Dataset entries
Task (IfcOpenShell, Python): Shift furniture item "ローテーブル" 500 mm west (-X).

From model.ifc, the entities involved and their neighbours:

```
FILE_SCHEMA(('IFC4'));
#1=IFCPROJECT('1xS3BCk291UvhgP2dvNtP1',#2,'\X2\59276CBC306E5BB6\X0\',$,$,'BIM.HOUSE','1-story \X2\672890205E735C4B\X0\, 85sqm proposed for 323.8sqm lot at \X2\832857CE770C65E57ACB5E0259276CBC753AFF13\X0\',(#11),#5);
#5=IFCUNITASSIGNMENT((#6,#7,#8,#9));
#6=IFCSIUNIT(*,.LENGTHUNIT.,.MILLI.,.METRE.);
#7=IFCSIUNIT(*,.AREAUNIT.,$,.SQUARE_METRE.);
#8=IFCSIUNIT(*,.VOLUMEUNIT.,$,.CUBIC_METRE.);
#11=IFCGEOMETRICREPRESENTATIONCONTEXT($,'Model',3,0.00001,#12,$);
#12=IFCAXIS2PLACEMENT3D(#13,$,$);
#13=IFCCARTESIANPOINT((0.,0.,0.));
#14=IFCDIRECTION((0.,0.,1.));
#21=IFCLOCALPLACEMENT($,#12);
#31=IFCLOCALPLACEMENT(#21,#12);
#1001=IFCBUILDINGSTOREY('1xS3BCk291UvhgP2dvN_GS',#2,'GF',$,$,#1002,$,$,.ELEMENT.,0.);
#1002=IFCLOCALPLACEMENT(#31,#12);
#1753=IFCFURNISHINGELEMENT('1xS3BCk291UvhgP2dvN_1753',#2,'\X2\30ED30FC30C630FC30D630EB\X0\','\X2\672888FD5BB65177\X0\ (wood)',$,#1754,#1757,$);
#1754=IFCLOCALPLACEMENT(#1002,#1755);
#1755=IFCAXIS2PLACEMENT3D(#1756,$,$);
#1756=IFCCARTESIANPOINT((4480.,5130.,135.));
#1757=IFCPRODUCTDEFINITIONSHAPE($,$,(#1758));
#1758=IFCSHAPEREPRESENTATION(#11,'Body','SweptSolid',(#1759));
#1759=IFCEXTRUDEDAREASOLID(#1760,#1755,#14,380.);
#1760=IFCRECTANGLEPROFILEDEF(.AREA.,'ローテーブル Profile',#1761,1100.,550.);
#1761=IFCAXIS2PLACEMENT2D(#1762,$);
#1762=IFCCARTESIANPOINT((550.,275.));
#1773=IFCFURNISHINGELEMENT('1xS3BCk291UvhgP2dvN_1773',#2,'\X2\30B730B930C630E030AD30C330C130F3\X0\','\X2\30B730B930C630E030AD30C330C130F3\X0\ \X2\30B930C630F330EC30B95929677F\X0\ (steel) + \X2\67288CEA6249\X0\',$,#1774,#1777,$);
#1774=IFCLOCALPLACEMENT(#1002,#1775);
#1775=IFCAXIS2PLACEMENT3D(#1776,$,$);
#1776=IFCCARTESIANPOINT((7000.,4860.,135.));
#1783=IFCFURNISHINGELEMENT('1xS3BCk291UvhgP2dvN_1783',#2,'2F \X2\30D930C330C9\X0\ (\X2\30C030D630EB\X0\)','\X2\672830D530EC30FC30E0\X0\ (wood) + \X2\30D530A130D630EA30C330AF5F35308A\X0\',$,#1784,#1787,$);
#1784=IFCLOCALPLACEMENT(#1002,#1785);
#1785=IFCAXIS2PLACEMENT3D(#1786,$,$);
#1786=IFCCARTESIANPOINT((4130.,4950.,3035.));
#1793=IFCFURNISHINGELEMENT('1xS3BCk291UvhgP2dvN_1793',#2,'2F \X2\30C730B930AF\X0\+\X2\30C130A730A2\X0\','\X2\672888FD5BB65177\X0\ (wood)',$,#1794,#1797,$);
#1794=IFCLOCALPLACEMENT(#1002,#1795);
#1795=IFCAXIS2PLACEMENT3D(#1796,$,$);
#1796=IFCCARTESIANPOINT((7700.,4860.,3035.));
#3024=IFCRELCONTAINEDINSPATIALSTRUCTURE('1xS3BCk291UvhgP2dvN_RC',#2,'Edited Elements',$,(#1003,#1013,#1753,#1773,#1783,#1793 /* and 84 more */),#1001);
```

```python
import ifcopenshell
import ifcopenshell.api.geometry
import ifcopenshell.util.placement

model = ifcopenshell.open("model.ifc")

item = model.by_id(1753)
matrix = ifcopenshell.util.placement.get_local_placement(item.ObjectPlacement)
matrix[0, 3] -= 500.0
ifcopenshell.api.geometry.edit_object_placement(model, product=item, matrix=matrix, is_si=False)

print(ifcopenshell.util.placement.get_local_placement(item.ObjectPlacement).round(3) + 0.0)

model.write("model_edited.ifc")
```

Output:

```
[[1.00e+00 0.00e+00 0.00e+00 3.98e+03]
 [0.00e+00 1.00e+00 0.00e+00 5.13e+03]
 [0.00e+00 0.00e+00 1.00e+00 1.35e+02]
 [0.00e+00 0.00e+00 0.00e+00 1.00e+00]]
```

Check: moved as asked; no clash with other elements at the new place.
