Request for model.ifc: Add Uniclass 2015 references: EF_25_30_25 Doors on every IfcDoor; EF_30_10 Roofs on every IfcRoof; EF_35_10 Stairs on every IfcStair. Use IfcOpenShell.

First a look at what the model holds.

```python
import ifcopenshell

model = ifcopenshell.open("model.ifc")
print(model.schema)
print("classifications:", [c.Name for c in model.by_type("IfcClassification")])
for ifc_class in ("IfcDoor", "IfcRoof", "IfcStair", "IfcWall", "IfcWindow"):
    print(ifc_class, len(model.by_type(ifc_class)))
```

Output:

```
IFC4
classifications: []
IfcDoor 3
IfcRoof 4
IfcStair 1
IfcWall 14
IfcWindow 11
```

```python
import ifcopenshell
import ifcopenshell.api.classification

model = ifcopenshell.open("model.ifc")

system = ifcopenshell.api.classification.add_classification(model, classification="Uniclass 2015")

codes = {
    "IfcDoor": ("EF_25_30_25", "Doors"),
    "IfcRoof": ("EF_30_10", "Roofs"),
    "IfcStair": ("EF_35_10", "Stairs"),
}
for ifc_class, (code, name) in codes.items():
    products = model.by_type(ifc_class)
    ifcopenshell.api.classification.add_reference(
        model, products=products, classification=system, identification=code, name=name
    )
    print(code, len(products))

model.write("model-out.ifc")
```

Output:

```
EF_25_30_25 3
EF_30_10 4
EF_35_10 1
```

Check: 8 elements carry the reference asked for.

WHAT TO DO
Give back every line of the data exactly as it was written.

THE ANSWER
Task (IfcOpenShell, Python): Shift furniture item "ローテーブル" 500 mm west (-X).

From model.ifc, the entities involved and their neighbours:

```
FILE_SCHEMA(('IFC4'));
#1=IFCPROJECT('1xS3BCk291UvhgP2dvNtP1',#2,'\X2\59276CBC306E5BB6\X0\',$,$,'BIM.HOUSE','1-story \X2\672890205E735C4B\X0\, 85sqm proposed for 323.8sqm lot at \X2\832857CE770C65E57ACB5E0259276CBC753AFF13\X0\',(#11),#5);
#5=IFCUNITASSIGNMENT((#6,#7,#8,#9));
#6=IFCSIUNIT(*,.LENGTHUNIT.,.MILLI.,.METRE.);
#7=IFCSIUNIT(*,.AREAUNIT.,$,.SQUARE_METRE.);
#8=IFCSIUNIT(*,.VOLUMEUNIT.,$,.CUBIC_METRE.);
#11=IFCGEOMETRICREPRESENTATIONCONTEXT($,'Model',3,0.00001,#12,$);
#12=IFCAXIS2PLACEMENT3D(#13,$,$);
#13=IFCCARTESIANPOINT((0.,0.,0.));
#14=IFCDIRECTION((0.,0.,1.));
#21=IFCLOCALPLACEMENT($,#12);
#31=IFCLOCALPLACEMENT(#21,#12);
#1001=IFCBUILDINGSTOREY('1xS3BCk291UvhgP2dvN_GS',#2,'GF',$,$,#1002,$,$,.ELEMENT.,0.);
#1002=IFCLOCALPLACEMENT(#31,#12);
#1753=IFCFURNISHINGELEMENT('1xS3BCk291UvhgP2dvN_1753',#2,'\X2\30ED30FC30C630FC30D630EB\X0\','\X2\672888FD5BB65177\X0\ (wood)',$,#1754,#1757,$);
#1754=IFCLOCALPLACEMENT(#1002,#1755);
#1755=IFCAXIS2PLACEMENT3D(#1756,$,$);
#1756=IFCCARTESIANPOINT((4480.,5130.,135.));
#1757=IFCPRODUCTDEFINITIONSHAPE($,$,(#1758));
#1758=IFCSHAPEREPRESENTATION(#11,'Body','SweptSolid',(#1759));
#1759=IFCEXTRUDEDAREASOLID(#1760,#1755,#14,380.);
#1760=IFCRECTANGLEPROFILEDEF(.AREA.,'ローテーブル Profile',#1761,1100.,550.);
#1761=IFCAXIS2PLACEMENT2D(#1762,$);
#1762=IFCCARTESIANPOINT((550.,275.));
#1773=IFCFURNISHINGELEMENT('1xS3BCk291UvhgP2dvN_1773',#2,'\X2\30B730B930C630E030AD30C330C130F3\X0\','\X2\30B730B930C630E030AD30C330C130F3\X0\ \X2\30B930C630F330EC30B95929677F\X0\ (steel) + \X2\67288CEA6249\X0\',$,#1774,#1777,$);
#1774=IFCLOCALPLACEMENT(#1002,#1775);
#1775=IFCAXIS2PLACEMENT3D(#1776,$,$);
#1776=IFCCARTESIANPOINT((7000.,4860.,135.));
#1783=IFCFURNISHINGELEMENT('1xS3BCk291UvhgP2dvN_1783',#2,'2F \X2\30D930C330C9\X0\ (\X2\30C030D630EB\X0\)','\X2\672830D530EC30FC30E0\X0\ (wood) + \X2\30D530A130D630EA30C330AF5F35308A\X0\',$,#1784,#1787,$);
#1784=IFCLOCALPLACEMENT(#1002,#1785);
#1785=IFCAXIS2PLACEMENT3D(#1786,$,$);
#1786=IFCCARTESIANPOINT((4130.,4950.,3035.));
#1793=IFCFURNISHINGELEMENT('1xS3BCk291UvhgP2dvN_1793',#2,'2F \X2\30C730B930AF\X0\+\X2\30C130A730A2\X0\','\X2\672888FD5BB65177\X0\ (wood)',$,#1794,#1797,$);
#1794=IFCLOCALPLACEMENT(#1002,#1795);
#1795=IFCAXIS2PLACEMENT3D(#1796,$,$);
#1796=IFCCARTESIANPOINT((7700.,4860.,3035.));
#3024=IFCRELCONTAINEDINSPATIALSTRUCTURE('1xS3BCk291UvhgP2dvN_RC',#2,'Edited Elements',$,(#1003,#1013,#1753,#1773,#1783,#1793 /* and 84 more */),#1001);
```

```python
import ifcopenshell
import ifcopenshell.api.geometry
import ifcopenshell.util.placement

model = ifcopenshell.open("model.ifc")

item = model.by_id(1753)
matrix = ifcopenshell.util.placement.get_local_placement(item.ObjectPlacement)
matrix[0, 3] -= 500.0
ifcopenshell.api.geometry.edit_object_placement(model, product=item, matrix=matrix, is_si=False)

print(ifcopenshell.util.placement.get_local_placement(item.ObjectPlacement).round(3) + 0.0)

model.write("model_edited.ifc")
```

Output:

```
[[1.00e+00 0.00e+00 0.00e+00 3.98e+03]
 [0.00e+00 1.00e+00 0.00e+00 5.13e+03]
 [0.00e+00 0.00e+00 1.00e+00 1.35e+02]
 [0.00e+00 0.00e+00 0.00e+00 1.00e+00]]
```

Check: moved as asked; no clash with other elements at the new place.
Request for model.ifc: Add Uniclass 2015 references: EF_25_30_25 Doors on every IfcDoor; EF_30_10 Roofs on every IfcRoof; EF_35_10 Stairs on every IfcStair. Use IfcOpenShell.

First a look at what the model holds.

```python
import ifcopenshell

model = ifcopenshell.open("model.ifc")
print(model.schema)
print("classifications:", [c.Name for c in model.by_type("IfcClassification")])
for ifc_class in ("IfcDoor", "IfcRoof", "IfcStair", "IfcWall", "IfcWindow"):
    print(ifc_class, len(model.by_type(ifc_class)))
```

Output:

```
IFC4
classifications: []
IfcDoor 3
IfcRoof 4
IfcStair 1
IfcWall 14
IfcWindow 11
```

```python
import ifcopenshell
import ifcopenshell.api.classification

model = ifcopenshell.open("model.ifc")

system = ifcopenshell.api.classification.add_classification(model, classification="Uniclass 2015")

codes = {
    "IfcDoor": ("EF_25_30_25", "Doors"),
    "IfcRoof": ("EF_30_10", "Roofs"),
    "IfcStair": ("EF_35_10", "Stairs"),
}
for ifc_class, (code, name) in codes.items():
    products = model.by_type(ifc_class)
    ifcopenshell.api.classification.add_reference(
        model, products=products, classification=system, identification=code, name=name
    )
    print(code, len(products))

model.write("model-out.ifc")
```

Output:

```
EF_25_30_25 3
EF_30_10 4
EF_35_10 1
```

Check: 8 elements carry the reference asked for.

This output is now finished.